Investors in the round include Chalmers Ventures, the start-up venture arm of the Chalmers University of Technology, Aqua-Spark, a Dutch investment company with a focus on sustainable aquaculture, Swedish venture capital, and business development agency Almi Invest and Almi Invest Greentech, Formica Ventures, Mark Hartney, and Gladium AB.

Chalmers Ventures has worked with the company from the start and is impressed with how they have taken the step from research to commercialization. We look forward to following the company closely in an exciting phase with continued expansion and upscaling with a focus on sustainability, said Andreas Höye, Investment Director at Chalmers Ventures.

Exploit light manipulating properties

Swedish Algae Factory is extracting a high-tech material from silica algae, a relatively untapped renewable resource. The material has exceptional light manipulating properties as well as the ability to absorb or release particles depending on the surrounding environment.
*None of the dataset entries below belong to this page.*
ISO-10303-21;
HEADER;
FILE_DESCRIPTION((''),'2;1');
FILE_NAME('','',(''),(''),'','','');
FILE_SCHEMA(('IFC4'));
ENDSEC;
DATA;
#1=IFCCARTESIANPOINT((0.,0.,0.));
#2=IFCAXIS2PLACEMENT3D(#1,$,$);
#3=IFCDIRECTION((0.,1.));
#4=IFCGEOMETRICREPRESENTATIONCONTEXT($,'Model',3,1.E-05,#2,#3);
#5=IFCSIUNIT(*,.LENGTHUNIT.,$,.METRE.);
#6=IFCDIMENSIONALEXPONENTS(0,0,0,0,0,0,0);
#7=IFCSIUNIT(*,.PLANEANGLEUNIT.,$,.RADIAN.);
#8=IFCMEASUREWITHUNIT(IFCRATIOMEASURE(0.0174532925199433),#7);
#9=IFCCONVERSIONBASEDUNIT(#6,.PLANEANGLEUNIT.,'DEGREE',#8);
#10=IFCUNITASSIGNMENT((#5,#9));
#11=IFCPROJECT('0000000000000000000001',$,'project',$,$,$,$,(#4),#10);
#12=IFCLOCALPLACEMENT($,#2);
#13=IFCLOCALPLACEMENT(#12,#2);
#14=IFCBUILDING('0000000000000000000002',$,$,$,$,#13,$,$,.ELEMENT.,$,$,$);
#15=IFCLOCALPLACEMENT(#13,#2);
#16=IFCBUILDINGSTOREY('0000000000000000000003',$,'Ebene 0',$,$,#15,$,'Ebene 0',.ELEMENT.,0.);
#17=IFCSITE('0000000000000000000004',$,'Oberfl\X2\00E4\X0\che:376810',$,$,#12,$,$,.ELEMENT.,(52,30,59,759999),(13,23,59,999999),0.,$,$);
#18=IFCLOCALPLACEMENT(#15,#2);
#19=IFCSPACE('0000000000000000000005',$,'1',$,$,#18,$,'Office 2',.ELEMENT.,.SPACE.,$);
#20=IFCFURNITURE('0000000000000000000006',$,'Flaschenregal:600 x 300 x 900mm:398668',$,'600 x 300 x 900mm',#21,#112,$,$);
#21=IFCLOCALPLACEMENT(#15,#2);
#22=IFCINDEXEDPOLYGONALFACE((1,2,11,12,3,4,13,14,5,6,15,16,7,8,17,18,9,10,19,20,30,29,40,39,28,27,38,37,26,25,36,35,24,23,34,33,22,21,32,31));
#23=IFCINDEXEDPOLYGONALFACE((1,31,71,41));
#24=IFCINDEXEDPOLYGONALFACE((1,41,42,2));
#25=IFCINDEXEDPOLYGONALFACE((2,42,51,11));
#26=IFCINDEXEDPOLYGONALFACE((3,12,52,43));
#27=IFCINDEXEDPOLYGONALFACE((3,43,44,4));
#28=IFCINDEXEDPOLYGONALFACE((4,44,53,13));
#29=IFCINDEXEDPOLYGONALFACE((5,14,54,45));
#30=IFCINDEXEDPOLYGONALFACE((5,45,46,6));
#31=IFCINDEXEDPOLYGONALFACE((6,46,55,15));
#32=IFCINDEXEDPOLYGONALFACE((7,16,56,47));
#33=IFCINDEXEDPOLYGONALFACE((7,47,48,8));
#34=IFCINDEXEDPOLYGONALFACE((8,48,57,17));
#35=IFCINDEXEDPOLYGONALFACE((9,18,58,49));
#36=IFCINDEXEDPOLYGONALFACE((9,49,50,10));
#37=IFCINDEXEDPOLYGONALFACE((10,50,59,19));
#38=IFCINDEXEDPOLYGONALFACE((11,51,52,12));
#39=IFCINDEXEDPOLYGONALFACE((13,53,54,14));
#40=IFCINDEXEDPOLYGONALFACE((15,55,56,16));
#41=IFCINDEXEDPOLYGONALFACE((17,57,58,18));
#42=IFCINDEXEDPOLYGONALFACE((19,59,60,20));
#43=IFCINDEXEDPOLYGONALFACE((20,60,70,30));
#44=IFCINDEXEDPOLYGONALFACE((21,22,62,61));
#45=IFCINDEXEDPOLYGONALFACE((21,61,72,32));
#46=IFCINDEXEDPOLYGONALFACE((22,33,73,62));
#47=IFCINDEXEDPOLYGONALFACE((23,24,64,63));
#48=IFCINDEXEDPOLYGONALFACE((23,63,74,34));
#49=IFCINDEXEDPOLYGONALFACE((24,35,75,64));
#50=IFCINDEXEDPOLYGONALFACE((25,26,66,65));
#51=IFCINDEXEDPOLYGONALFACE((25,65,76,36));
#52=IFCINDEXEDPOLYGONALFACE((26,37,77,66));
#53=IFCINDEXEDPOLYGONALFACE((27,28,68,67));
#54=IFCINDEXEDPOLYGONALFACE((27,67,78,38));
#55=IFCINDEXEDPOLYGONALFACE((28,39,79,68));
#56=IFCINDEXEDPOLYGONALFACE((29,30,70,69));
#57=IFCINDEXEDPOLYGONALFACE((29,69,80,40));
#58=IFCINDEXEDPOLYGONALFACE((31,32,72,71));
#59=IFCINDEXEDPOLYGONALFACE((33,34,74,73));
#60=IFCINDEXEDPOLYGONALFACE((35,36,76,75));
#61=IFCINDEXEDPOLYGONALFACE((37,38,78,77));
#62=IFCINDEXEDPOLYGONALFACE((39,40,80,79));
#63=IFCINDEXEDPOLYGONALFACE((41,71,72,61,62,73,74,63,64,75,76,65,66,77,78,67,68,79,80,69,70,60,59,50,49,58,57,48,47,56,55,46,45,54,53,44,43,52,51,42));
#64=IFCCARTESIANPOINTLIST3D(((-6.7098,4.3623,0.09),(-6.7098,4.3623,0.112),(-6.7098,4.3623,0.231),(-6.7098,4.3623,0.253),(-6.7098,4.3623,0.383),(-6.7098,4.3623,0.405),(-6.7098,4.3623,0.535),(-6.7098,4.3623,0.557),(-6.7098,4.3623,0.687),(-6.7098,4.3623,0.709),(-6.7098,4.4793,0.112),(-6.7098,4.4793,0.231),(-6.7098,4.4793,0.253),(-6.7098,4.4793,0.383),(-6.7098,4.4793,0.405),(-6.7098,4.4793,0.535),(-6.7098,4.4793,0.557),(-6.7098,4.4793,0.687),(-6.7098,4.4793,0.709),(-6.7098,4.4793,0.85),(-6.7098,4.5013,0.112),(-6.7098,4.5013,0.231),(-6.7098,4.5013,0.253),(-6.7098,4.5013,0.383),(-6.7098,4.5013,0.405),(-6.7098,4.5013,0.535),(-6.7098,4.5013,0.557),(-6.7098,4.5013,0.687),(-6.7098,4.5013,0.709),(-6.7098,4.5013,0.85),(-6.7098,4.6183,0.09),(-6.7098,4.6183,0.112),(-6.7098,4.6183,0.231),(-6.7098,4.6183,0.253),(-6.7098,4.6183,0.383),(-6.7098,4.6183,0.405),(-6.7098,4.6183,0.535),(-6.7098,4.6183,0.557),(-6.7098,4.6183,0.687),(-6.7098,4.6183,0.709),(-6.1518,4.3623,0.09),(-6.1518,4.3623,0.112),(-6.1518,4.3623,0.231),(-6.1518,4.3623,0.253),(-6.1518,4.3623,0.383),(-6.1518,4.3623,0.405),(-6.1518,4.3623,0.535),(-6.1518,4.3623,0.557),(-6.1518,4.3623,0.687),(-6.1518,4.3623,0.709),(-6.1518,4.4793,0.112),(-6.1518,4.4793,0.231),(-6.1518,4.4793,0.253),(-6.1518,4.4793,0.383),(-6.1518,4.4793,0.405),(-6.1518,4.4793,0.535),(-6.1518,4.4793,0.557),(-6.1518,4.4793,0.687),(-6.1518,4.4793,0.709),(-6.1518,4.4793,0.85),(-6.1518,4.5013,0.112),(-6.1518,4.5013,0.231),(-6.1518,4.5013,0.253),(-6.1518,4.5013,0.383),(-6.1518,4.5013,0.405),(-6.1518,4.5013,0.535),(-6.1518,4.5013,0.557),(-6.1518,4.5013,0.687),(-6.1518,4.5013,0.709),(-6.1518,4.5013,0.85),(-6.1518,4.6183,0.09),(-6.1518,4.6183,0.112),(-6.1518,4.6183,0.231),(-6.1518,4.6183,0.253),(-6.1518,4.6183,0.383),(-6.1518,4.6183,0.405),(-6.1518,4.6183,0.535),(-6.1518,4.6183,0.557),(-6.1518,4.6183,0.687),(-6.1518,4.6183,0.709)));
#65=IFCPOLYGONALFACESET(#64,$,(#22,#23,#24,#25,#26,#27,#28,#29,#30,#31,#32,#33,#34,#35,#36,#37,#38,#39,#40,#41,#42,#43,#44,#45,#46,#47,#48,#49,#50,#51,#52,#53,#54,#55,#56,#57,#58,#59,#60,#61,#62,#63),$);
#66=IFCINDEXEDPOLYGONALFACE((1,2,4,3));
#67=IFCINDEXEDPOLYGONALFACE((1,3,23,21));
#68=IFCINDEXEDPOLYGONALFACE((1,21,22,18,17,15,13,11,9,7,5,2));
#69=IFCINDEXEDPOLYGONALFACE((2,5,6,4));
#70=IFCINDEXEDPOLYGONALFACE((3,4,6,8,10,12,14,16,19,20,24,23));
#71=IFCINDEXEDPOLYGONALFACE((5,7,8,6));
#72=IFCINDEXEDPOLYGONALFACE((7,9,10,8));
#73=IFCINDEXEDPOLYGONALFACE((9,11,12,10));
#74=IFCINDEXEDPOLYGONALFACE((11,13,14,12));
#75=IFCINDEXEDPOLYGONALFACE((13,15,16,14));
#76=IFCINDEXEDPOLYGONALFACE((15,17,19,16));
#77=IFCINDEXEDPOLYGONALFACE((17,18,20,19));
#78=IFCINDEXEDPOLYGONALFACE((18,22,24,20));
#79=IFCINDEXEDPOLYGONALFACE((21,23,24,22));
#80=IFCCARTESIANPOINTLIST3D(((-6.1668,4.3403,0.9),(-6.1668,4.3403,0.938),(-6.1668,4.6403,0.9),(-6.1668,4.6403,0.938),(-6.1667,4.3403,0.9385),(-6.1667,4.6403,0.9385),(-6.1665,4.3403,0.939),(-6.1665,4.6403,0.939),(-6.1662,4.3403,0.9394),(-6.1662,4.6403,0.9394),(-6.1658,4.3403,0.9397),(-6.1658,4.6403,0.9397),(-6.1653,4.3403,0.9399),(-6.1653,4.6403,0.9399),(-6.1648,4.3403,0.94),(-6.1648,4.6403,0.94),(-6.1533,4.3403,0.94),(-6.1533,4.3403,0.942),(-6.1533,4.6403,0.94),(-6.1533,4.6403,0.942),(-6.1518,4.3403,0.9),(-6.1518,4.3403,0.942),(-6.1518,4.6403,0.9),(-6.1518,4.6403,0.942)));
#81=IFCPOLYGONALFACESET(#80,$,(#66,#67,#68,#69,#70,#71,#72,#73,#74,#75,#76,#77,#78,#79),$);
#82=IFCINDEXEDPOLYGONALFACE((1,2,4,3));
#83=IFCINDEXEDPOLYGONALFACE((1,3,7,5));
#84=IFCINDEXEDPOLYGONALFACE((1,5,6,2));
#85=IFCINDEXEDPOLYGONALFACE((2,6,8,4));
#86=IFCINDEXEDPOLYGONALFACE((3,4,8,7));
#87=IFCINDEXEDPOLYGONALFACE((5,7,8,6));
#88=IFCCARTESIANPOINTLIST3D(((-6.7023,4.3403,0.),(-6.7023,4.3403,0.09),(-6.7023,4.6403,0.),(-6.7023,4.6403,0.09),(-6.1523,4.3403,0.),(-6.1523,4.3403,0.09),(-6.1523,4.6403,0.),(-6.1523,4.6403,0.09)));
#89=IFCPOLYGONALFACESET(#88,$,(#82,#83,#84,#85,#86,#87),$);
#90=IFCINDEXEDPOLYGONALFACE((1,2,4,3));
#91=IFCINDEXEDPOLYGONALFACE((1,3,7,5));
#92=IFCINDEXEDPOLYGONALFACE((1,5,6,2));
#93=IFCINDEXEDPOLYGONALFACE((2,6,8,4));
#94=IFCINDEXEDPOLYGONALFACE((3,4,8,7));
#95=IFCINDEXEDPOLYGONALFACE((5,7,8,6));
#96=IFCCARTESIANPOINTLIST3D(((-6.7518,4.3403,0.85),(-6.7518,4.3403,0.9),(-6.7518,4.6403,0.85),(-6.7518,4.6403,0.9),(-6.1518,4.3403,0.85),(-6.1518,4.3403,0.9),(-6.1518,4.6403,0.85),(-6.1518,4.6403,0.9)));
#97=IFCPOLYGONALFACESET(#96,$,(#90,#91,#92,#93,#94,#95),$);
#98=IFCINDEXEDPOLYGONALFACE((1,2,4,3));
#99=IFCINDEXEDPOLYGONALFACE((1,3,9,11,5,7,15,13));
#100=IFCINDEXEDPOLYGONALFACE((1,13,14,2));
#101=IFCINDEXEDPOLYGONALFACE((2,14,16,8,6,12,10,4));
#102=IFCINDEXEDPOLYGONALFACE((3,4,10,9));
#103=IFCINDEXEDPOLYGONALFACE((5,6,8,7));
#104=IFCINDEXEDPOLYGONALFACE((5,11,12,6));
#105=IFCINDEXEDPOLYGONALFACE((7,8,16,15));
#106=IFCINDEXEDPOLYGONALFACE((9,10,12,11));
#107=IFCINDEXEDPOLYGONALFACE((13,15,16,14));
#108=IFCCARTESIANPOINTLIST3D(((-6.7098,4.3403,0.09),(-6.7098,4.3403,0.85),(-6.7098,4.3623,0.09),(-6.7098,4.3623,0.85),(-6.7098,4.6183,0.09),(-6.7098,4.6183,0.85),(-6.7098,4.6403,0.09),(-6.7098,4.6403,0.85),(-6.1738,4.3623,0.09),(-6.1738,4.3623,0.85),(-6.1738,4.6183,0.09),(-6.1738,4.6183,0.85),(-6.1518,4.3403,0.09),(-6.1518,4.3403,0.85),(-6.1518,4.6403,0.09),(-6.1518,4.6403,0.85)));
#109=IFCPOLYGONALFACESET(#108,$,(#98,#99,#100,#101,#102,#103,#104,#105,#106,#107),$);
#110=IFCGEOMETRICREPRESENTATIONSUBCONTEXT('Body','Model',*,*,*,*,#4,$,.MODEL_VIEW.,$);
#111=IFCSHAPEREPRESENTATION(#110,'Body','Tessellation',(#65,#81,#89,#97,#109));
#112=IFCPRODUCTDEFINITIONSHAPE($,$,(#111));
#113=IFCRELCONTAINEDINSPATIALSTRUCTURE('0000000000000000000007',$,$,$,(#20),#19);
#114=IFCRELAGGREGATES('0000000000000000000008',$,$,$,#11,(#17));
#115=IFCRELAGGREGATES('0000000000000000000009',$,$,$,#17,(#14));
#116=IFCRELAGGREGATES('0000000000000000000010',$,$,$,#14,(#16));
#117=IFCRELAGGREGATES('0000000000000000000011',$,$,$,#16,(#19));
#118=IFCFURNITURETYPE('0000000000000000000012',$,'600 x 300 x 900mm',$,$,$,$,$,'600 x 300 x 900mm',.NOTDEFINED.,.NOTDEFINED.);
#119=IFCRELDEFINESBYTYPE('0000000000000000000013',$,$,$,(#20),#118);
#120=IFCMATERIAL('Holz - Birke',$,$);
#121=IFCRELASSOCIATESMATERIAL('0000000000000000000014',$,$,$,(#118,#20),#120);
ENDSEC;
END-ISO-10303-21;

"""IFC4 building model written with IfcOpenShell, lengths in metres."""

from ifc_helpers import new_model, entity, si_unit, converted_unit, direction, frame, frame_2d, origin, origin_2d_with_axis, place, context, subcontext, project, spatial, polyline, circle_curve, parameter, trimmed, segment, composite_curve, rectangle, outline, extrude, source, transform, mapped, material, type_object, type_shapes, element, save


model = new_model("IFC4")

# Units and contexts
model_context = context("Model", 3, precision=1e-05, world=origin(), true_north=direction((0.0, 1.0)))
body_context = subcontext(model_context, "Body", "Model", "MODEL_VIEW")
ifc_project = project(units=[si_unit("LENGTHUNIT", "METRE"), converted_unit("PLANEANGLEUNIT", "DEGREE", entity("IfcRatioMeasure", 0.0174532925199433), si_unit("PLANEANGLEUNIT", "RADIAN"), dimensions=[0, 0, 0, 0, 0, 0, 0])], contexts=[model_context])

# Site, building, storey
site_placement = place(None, origin())
site = spatial("IfcSite", under=ifc_project, at=site_placement, Name="Oberfläche:376810", CompositionType="ELEMENT", RefLatitude=(52, 30, 59, 759999), RefLongitude=(13, 23, 59, 999999), RefElevation=0.0)
building_placement = place(site_placement, origin())
building = spatial("IfcBuilding", under=site, at=building_placement, CompositionType="ELEMENT")
storey_placement = place(building_placement, origin())
storey = spatial("IfcBuildingStorey", under=building, at=storey_placement, Name="Ebene 0", LongName="Ebene 0", CompositionType="ELEMENT", Elevation=0.0)

# Shared definitions
space_placement = place(storey_placement, origin())
space = spatial("IfcSpace", under=storey, at=space_placement, Name="1", LongName="Office 2", CompositionType="ELEMENT", PredefinedType="SPACE")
There are many uses for silica peel. The material is trademark protected under the name Algica and is of interest to a variety of industries, where it can replace harmful and / or less effective chemical substances.

The material is naturally designed for the capture of visible light, the blocking of harmful UV light and the absorption and delivery of chemical substances. For example, Algica can be used to improve the efficiency of solar panels, as well as for moisturizing, cleaning and UV protection in skincare products.

We are very pleased to now be able to scale up production to meet the growing demand for Algica in the skincare and solar energy industry. We are also pleased to have strong investors with relevant expertise, said Sofie Allert, CEO and co-founder of Swedish Algae Factory.